LUTTE CONTRE L’ÉROSION MARINE ET CÔTIÈRE : Le plan pour endiguer la montée des eaux
Source : Le Soleil 01/06/2010 à 06h47
La persistance de l’érosion côtière impose une méthode forte. C’est pourquoi, le gouvernement du Sénégal a initié une variété de programmes pour venir à bout du phénomène qui frappe plusieurs villes du littoral. Selon le ministre de l’Environnement, Djibo Kâ, la lutte est désormais engagée.
Le phénomène de l’érosion côtière, devenu récurent ces temps-ci, reste une préoccupation du gouvernement du Sénégal. Celui-ci entend, désormais, mettre l’accent sur la lutte. « On va prioriser la lutte », déclare, hier, le ministre de l’Environnement, Djibo Leyti Kâ.
Le ministre d’Etat, qui présidait l’ouverture de la première édition du Forum environnement et écologie au Parc de Hann, a annoncé qu’un certain nombre d’actions sont prises pour venir à bout de ce phénomène qui hante le sommeil des populations. Ainsi, 6 milliards seront injectés dans les villes touchées par ce fléau. Cette enveloppe sera répartie, selon Djibo Kâ, entre les zones du littoral allant de Saint-Louis au Cap Skiring. Ce qui est un engagement pris par l’Uemoa et qui suit son cours. A cela, il faut ajouter les 4 millions d’euros de l’Union européenne déjà injectés entre Saint-Louis, Rufisque et Bargny, des villes très touchées par l’érosion marine et côtière. Mais, cette lutte contre l’érosion côtière, menée, aussi, au niveau sous-régional, sera étendue jusqu’au Golfe de Guinée.

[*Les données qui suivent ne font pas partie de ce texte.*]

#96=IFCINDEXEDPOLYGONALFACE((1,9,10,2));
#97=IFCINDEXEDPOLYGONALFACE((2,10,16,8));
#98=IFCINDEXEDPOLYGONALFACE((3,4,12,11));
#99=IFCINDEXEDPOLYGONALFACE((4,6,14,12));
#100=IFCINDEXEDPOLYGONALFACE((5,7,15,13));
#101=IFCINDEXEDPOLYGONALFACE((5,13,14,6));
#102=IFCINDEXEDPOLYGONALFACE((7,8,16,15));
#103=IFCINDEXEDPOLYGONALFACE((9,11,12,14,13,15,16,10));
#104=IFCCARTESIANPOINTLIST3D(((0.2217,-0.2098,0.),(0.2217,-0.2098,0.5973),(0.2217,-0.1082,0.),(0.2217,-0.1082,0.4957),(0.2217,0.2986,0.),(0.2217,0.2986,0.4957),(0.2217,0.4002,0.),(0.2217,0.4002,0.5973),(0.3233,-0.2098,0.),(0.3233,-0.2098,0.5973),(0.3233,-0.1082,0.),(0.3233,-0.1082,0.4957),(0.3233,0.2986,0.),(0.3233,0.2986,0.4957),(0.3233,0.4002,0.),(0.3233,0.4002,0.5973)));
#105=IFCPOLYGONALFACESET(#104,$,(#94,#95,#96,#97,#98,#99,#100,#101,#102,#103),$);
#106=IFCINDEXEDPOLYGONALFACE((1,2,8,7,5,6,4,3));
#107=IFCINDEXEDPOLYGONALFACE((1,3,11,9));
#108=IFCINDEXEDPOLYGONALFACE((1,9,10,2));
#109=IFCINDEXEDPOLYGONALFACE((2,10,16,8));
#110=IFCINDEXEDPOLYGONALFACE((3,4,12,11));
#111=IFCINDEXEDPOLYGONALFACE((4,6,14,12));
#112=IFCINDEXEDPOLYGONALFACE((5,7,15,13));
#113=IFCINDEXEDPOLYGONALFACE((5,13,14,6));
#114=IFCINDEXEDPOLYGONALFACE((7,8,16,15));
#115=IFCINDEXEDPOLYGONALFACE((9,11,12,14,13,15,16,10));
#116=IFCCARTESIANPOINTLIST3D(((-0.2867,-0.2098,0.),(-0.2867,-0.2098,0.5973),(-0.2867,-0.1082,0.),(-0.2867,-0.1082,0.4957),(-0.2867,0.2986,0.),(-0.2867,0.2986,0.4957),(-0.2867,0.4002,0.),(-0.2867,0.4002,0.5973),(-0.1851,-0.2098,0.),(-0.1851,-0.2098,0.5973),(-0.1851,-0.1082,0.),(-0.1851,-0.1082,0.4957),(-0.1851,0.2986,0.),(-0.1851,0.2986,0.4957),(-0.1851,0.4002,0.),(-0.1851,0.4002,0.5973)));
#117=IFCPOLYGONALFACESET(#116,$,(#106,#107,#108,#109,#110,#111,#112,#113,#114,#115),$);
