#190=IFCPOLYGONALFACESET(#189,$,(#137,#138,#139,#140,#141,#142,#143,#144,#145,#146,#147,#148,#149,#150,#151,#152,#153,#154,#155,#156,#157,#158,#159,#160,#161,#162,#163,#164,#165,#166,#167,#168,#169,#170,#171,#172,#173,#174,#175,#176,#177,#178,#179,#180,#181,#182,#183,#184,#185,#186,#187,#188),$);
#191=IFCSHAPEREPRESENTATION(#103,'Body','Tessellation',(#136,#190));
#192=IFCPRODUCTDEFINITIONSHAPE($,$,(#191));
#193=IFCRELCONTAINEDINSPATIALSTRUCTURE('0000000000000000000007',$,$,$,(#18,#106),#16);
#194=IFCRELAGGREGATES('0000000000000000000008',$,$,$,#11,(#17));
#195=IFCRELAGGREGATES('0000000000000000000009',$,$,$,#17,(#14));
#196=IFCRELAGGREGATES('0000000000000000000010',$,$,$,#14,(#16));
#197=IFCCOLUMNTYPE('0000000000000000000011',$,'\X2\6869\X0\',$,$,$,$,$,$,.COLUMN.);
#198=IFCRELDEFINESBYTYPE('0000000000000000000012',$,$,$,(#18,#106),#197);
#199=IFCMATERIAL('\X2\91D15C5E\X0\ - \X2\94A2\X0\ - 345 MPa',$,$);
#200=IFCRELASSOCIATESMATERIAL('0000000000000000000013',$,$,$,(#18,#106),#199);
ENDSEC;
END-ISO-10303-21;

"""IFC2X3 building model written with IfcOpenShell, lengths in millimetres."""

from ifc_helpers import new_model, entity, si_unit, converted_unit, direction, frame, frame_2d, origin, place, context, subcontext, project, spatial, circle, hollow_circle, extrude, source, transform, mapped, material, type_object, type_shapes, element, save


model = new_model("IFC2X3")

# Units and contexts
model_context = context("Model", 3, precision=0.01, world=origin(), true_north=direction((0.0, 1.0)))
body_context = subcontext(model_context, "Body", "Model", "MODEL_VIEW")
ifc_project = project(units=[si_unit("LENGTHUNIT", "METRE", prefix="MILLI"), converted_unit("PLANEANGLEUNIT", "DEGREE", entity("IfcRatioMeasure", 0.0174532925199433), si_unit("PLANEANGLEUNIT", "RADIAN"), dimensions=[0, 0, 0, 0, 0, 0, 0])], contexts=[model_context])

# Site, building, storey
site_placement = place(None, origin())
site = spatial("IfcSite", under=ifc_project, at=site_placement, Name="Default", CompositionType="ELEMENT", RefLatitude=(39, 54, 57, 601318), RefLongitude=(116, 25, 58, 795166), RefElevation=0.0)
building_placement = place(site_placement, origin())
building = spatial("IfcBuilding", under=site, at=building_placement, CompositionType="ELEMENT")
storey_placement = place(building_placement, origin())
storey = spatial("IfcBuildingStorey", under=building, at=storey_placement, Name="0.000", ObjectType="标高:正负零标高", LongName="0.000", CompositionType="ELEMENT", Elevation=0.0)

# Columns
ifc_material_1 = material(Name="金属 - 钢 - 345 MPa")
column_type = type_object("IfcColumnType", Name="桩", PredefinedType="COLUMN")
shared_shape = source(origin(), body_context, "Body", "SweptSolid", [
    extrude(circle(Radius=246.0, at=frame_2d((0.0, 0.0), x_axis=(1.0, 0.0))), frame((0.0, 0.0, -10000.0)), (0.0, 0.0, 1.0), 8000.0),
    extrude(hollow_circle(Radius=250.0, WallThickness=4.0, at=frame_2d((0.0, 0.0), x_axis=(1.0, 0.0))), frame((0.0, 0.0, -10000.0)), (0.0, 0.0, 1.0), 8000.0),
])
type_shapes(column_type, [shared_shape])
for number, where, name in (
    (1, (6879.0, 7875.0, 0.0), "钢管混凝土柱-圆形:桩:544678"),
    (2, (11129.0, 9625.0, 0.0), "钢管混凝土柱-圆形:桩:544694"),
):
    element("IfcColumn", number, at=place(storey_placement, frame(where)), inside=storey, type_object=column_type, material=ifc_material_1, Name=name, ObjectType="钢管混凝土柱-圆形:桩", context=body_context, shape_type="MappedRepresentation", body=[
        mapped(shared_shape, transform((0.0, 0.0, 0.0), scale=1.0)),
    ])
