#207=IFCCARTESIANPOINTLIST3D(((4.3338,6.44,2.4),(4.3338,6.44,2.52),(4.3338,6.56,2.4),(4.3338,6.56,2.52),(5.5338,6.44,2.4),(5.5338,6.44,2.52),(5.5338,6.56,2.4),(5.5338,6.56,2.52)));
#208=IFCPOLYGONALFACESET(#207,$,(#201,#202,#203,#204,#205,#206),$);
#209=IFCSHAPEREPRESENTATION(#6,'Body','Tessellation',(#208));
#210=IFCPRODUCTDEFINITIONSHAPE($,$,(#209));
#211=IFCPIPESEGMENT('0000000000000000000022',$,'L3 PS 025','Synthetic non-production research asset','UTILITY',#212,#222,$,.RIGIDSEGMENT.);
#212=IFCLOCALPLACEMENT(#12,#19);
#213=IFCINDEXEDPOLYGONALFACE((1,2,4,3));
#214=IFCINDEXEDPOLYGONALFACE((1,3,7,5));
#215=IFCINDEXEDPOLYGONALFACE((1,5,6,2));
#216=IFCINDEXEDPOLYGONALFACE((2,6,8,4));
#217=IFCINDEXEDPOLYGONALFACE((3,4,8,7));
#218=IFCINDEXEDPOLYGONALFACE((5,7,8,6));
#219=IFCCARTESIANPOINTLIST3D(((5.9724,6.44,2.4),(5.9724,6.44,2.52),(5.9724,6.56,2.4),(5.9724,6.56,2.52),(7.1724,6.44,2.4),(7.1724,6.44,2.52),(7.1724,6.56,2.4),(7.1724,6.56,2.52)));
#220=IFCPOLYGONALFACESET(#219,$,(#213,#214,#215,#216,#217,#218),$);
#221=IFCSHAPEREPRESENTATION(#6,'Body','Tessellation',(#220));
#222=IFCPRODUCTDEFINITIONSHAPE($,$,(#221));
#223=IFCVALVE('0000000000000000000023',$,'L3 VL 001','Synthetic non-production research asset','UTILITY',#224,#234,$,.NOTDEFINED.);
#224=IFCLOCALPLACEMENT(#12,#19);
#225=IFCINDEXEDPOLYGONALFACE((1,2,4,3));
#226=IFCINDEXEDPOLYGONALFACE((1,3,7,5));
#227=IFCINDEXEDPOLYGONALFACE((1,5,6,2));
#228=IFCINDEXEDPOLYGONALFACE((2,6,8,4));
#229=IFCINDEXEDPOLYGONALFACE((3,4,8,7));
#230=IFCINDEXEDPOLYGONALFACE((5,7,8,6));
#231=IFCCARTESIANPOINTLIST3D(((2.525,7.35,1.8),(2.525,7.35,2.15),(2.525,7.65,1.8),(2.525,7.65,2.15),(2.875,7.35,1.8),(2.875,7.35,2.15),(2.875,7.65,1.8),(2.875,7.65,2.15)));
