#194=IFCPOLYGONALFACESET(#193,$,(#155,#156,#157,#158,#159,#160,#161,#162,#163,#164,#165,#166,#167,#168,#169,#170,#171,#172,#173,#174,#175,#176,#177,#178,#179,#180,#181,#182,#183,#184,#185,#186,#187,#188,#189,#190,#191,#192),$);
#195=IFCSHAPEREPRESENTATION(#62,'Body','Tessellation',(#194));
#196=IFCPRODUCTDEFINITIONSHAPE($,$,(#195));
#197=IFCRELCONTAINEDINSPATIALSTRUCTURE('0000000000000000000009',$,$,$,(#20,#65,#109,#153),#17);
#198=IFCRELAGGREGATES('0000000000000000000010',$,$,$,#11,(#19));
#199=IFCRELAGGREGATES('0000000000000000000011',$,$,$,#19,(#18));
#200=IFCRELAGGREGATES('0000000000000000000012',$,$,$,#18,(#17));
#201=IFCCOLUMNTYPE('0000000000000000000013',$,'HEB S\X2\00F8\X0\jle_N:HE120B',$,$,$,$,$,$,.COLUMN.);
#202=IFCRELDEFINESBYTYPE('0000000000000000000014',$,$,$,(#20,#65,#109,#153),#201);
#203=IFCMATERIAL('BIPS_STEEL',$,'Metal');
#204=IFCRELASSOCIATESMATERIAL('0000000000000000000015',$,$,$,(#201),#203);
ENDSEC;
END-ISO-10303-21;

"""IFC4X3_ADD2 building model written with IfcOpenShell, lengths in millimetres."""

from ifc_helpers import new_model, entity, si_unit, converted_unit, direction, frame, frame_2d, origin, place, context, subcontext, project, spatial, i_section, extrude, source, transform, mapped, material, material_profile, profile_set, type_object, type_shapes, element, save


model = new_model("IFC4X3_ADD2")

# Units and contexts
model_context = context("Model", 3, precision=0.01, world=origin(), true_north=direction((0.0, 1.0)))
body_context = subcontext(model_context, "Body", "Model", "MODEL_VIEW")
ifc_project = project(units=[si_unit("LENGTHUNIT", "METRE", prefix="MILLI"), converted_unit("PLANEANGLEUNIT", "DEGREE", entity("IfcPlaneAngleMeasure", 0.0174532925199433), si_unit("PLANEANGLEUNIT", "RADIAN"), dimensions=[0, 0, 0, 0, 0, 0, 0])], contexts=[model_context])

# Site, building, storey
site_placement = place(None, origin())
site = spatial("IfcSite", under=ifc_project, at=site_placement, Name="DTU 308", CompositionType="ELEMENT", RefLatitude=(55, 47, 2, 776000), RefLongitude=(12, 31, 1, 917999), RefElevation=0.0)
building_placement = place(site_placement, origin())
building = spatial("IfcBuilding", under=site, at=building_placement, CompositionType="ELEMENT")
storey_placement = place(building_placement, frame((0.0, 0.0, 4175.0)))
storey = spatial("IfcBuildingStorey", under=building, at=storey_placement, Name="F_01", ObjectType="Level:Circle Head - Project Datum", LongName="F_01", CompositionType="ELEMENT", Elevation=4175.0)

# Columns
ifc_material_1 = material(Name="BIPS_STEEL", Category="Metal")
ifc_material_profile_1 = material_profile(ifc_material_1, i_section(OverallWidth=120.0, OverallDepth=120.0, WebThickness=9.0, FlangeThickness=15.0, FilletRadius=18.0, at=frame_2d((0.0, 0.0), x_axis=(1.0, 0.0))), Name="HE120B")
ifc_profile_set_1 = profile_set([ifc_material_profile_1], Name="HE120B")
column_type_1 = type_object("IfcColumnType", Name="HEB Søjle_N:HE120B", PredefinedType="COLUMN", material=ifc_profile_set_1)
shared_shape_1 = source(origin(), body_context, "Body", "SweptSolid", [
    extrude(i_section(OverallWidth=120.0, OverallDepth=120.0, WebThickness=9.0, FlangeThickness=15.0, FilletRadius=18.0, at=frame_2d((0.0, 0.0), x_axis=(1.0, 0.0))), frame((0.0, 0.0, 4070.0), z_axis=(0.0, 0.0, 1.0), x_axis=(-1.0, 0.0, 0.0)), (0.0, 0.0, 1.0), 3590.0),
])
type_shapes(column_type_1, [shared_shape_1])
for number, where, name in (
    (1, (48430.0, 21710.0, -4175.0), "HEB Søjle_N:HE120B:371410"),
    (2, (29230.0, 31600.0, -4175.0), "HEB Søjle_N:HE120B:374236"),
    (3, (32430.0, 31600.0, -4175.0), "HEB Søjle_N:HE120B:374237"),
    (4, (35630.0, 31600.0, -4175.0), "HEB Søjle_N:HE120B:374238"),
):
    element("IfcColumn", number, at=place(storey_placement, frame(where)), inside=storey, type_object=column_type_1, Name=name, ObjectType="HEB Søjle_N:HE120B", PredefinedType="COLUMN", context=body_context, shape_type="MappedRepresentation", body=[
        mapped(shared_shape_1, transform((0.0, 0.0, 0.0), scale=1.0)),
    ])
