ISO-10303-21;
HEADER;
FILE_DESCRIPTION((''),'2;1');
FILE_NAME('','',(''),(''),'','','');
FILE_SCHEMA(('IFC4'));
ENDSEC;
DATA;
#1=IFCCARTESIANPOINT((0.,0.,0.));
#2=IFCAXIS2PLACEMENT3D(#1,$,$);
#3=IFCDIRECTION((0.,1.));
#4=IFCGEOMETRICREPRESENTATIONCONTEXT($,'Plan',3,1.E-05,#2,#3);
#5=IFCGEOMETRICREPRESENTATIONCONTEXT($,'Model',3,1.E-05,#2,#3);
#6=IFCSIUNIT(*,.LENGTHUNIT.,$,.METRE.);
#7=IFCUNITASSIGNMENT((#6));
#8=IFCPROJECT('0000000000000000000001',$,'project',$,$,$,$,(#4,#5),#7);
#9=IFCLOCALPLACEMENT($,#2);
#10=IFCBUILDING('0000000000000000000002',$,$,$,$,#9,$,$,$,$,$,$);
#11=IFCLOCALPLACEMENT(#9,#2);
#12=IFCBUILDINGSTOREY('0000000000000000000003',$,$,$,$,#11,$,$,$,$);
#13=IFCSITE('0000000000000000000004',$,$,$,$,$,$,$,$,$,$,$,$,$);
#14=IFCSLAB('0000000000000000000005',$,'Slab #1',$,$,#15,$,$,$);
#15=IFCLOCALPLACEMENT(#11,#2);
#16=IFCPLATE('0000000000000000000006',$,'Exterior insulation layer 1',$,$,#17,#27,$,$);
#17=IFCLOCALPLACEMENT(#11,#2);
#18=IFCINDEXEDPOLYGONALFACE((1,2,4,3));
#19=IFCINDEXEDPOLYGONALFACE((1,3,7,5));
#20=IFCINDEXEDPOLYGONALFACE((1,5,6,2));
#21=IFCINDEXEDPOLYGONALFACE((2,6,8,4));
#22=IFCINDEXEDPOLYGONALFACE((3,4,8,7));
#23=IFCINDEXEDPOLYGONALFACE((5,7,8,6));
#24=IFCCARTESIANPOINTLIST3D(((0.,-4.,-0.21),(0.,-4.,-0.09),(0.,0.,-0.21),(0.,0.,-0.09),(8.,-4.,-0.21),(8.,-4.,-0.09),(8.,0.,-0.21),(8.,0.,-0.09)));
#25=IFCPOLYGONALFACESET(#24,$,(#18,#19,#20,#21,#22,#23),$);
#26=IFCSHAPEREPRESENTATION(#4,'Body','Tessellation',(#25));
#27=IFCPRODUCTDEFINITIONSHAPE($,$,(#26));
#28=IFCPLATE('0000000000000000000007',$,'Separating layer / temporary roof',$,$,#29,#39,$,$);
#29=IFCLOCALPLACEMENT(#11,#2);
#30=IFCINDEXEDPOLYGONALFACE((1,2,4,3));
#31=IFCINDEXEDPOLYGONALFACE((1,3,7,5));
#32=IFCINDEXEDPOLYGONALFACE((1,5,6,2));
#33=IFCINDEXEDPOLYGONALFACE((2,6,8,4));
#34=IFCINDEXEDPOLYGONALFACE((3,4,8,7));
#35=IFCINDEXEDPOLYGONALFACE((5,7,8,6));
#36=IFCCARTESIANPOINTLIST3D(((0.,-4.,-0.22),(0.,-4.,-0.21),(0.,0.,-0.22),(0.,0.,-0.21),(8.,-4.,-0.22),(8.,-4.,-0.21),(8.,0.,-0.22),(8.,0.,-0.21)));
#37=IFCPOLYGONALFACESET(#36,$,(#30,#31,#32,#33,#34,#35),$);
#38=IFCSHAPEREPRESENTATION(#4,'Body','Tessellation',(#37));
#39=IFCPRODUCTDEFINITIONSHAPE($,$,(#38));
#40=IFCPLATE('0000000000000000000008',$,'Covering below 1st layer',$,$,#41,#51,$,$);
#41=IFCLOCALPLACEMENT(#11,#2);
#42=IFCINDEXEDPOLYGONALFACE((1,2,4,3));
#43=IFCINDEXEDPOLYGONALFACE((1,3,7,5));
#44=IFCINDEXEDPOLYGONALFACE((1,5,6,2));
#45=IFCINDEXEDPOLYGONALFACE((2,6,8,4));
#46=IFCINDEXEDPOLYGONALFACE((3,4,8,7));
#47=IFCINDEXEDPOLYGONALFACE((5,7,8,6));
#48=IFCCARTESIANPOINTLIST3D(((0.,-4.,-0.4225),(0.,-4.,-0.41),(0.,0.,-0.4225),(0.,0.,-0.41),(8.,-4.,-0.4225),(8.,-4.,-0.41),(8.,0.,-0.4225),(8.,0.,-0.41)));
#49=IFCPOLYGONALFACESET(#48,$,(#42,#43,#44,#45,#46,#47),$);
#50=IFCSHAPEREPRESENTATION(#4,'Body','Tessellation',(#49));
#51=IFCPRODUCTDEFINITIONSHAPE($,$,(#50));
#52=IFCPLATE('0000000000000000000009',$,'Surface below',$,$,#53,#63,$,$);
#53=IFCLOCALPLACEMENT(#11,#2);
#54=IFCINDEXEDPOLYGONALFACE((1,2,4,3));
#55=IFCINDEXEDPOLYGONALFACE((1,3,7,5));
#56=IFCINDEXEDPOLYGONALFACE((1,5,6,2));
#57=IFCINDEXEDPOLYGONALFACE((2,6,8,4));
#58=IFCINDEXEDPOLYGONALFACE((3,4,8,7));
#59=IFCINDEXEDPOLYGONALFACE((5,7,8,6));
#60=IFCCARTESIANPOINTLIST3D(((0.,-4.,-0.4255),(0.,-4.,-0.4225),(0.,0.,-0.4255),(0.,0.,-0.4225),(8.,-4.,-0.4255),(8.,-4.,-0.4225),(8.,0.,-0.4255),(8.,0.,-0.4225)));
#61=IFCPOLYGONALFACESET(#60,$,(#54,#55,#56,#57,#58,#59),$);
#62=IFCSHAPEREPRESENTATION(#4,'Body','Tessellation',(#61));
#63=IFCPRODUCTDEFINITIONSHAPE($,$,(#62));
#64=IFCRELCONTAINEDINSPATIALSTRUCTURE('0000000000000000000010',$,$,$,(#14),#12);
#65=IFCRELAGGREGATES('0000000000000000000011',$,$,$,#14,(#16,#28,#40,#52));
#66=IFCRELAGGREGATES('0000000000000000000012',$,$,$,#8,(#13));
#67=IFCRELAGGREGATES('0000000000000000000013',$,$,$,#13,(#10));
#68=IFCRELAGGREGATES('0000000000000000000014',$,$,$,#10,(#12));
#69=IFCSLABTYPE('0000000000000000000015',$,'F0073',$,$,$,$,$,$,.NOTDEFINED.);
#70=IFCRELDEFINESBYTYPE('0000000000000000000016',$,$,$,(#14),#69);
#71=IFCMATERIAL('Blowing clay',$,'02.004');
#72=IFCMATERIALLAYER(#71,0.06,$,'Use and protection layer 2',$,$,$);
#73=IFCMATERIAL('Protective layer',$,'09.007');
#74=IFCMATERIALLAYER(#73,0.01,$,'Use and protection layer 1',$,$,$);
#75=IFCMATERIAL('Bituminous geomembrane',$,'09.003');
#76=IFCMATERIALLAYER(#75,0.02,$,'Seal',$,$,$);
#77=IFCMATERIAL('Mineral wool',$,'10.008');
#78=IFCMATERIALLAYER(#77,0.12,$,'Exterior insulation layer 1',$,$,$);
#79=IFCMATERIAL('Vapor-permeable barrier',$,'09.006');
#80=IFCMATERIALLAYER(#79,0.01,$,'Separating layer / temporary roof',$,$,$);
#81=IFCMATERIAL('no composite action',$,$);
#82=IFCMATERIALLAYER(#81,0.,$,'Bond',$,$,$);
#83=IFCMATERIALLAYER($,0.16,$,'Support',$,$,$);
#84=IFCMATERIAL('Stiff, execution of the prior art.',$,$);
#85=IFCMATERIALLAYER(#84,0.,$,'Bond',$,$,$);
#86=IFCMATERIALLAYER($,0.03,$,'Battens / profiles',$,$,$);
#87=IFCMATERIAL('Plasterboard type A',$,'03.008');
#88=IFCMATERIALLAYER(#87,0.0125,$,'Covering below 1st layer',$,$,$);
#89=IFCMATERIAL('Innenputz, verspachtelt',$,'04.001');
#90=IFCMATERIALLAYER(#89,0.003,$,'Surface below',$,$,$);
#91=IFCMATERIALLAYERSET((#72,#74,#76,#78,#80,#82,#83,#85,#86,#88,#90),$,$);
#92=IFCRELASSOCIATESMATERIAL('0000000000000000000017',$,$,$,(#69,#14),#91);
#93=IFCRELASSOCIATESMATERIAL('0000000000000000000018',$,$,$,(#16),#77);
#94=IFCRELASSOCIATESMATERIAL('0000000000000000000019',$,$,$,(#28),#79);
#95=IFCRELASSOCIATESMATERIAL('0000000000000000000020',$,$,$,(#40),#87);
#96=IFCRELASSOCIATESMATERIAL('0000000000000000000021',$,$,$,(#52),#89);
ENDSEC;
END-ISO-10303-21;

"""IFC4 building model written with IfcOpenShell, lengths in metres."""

from ifc_helpers import new_model, si_unit, direction, frame, frame_2d, origin, place, context, project, spatial, rectangle, extrude, material, layer, layer_set, type_object, element, aggregate, save


model = new_model("IFC4")

# Units and contexts
plan_context = context("Plan", 3, precision=1e-05, world=origin(), true_north=direction((0.0, 1.0)))
model_context = context("Model", 3, precision=1e-05, world=origin(), true_north=direction((0.0, 1.0)))
ifc_project = project(units=[si_unit("LENGTHUNIT", "METRE")], contexts=[plan_context, model_context])

# Site, building, storey
site = spatial("IfcSite", under=ifc_project)
building_placement = place(None, origin())
building = spatial("IfcBuilding", under=site, at=building_placement)
storey_placement = place(building_placement, origin())
storey = spatial("IfcBuildingStorey", under=building, at=storey_placement)

# Slab, plates
ifc_material_1 = material(Name="Blowing clay", Category="02.004")
ifc_layer_1 = layer(ifc_material_1, 0.06, Name="Use and protection layer 2")
ifc_material_2 = material(Name="Protective layer", Category="09.007")
ifc_layer_2 = layer(ifc_material_2, 0.01, Name="Use and protection layer 1")
ifc_material_3 = material(Name="Bituminous geomembrane", Category="09.003")
ifc_layer_3 = layer(ifc_material_3, 0.02, Name="Seal")
ifc_material_4 = material(Name="Mineral wool", Category="10.008")
ifc_layer_4 = layer(ifc_material_4, 0.12, Name="Exterior insulation layer 1")
ifc_material_5 = material(Name="Vapor-permeable barrier", Category="09.006")
ifc_layer_5 = layer(ifc_material_5, 0.01, Name="Separating layer / temporary roof")
ifc_material_6 = material(Name="no composite action")
ifc_layer_6 = layer(ifc_material_6, 0.0, Name="Bond")
ifc_layer_7 = layer(None, 0.16, Name="Support")
ifc_material_7 = material(Name="Stiff, execution of the prior art.")
ifc_layer_8 = layer(ifc_material_7, 0.0, Name="Bond")
ifc_layer_9 = layer(None, 0.03, Name="Battens / profiles")
ifc_material_8 = material(Name="Plasterboard type A", Category="03.008")
ifc_layer_10 = layer(ifc_material_8, 0.0125, Name="Covering below 1st layer")
ifc_material_9 = material(Name="Innenputz, verspachtelt", Category="04.001")
ifc_layer_11 = layer(ifc_material_9, 0.003, Name="Surface below")
ifc_layer_set = layer_set([ifc_layer_1, ifc_layer_2, ifc_layer_3, ifc_layer_4, ifc_layer_5, ifc_layer_6, ifc_layer_7, ifc_layer_8, ifc_layer_9, ifc_layer_10, ifc_layer_11])
slab_type = type_object("IfcSlabType", Name="F0073", PredefinedType="NOTDEFINED", material=ifc_layer_set)
slab_placement = place(None, frame((0.0, 0.0, 0.0), z_axis=(0.0, 0.0, -1.0), x_axis=(1.0, 0.0, 0.0)))
slab = element("IfcSlab", 1, at=slab_placement, inside=storey, type_object=slab_type, material=ifc_layer_set, Name="Slab #1")
plate_1_placement = place(slab_placement, origin())
plate_1 = element("IfcPlate", 2, at=plate_1_placement, material=ifc_material_4, Name="Exterior insulation layer 1", context=plan_context, shape_type="SweptSolid", body=[
    extrude(rectangle(XDim=8.0, YDim=4.0, at=frame_2d((4.0, 2.0), x_axis=(1.0, 0.0))), frame((0.0, 0.0, 0.09), z_axis=(0.0, 0.0, 1.0), x_axis=(1.0, 0.0, 0.0)), (0.0, 0.0, 1.0), 0.12),
])
plate_2_placement = place(slab_placement, origin())
plate_2 = element("IfcPlate", 3, at=plate_2_placement, material=ifc_material_5, Name="Separating layer / temporary roof", context=plan_context, shape_type="SweptSolid", body=[
    extrude(rectangle(XDim=8.0, YDim=4.0, at=frame_2d((4.0, 2.0), x_axis=(1.0, 0.0))), frame((0.0, 0.0, 0.21), z_axis=(0.0, 0.0, 1.0), x_axis=(1.0, 0.0, 0.0)), (0.0, 0.0, 1.0), 0.01),
])
plate_3_placement = place(slab_placement, origin())
plate_3 = element("IfcPlate", 4, at=plate_3_placement, material=ifc_material_8, Name="Covering below 1st layer", context=plan_context, shape_type="SweptSolid", body=[
    extrude(rectangle(XDim=8.0, YDim=4.0, at=frame_2d((4.0, 2.0), x_axis=(1.0, 0.0))), frame((0.0, 0.0, 0.41), z_axis=(0.0, 0.0, 1.0), x_axis=(1.0, 0.0, 0.0)), (0.0, 0.0, 1.0), 0.0125),
])
plate_4_placement = place(slab_placement, origin())
plate_4 = element("IfcPlate", 5, at=plate_4_placement, material=ifc_material_9, Name="Surface below", context=plan_context, shape_type="SweptSolid", body=[
    extrude(rectangle(XDim=8.0, YDim=4.0, at=frame_2d((4.0, 2.0), x_axis=(1.0, 0.0))), frame((0.0, 0.0, 0.4225), z_axis=(0.0, 0.0, 1.0), x_axis=(1.0, 0.0, 0.0)), (0.0, 0.0, 1.0), 0.003),
])
aggregate(slab, [plate_1, plate_2, plate_3, plate_4])

save(model, "model.ifc")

Des actions qui permettent à Djibo Kâ de dire qu’il comprend l’impatience des populations. « Jamais le gouvernement ne les laissera tomber », a-t-il promis.
Le Forum sur l’environnement et l’écologie, qui est ouvert depuis hier, au Parc de Hann, va réunir du 31 mai au 6 juin plusieurs experts, notamment dans les domaines de l’habitat écologie, l’habitat durable, la gestion des déchets, la biodiversité, l’érosion côtière et la dégradation des sols.
L’association Agir pour une Afrique durable (Agad) qui en est le maître d’œuvre entend ainsi discuter des problèmes d’environnement relatifs au vécu quotidien des Sénégalais. A cet effet, les collectivités locales, les écoles et les lycées sont associés à la rencontre afin de les sensibiliser. C’est pourquoi, Mamadou Sall, le président de l’Agad, souligne que l’éducation aura une importance capitale au cours de ce forum. De même, pour une meilleure sensibilisation, l’Agad va mettre en contribution les artistes engagés dans la préservation de l’environnement tels les « Frères Guissé » et des stylistes comme Oumou Sy et Collé Ardo Sow.
Ce sera, également, l’occasion pour l’Agad de lancer des concepts tels « Une naissance, un arbre » et « 50 millions d’arbres au Sénégal ». La ville de Rufisque, qui est un concentré de dégradation écologique et environnementale, va servir de ville-pilote pour l’étude de cas du phénomène. Au sortir de ce forum, le président de l’Agad annonce que sa structure va s’engager dans la campagne « 50 millions d’arbres au Sénégal ».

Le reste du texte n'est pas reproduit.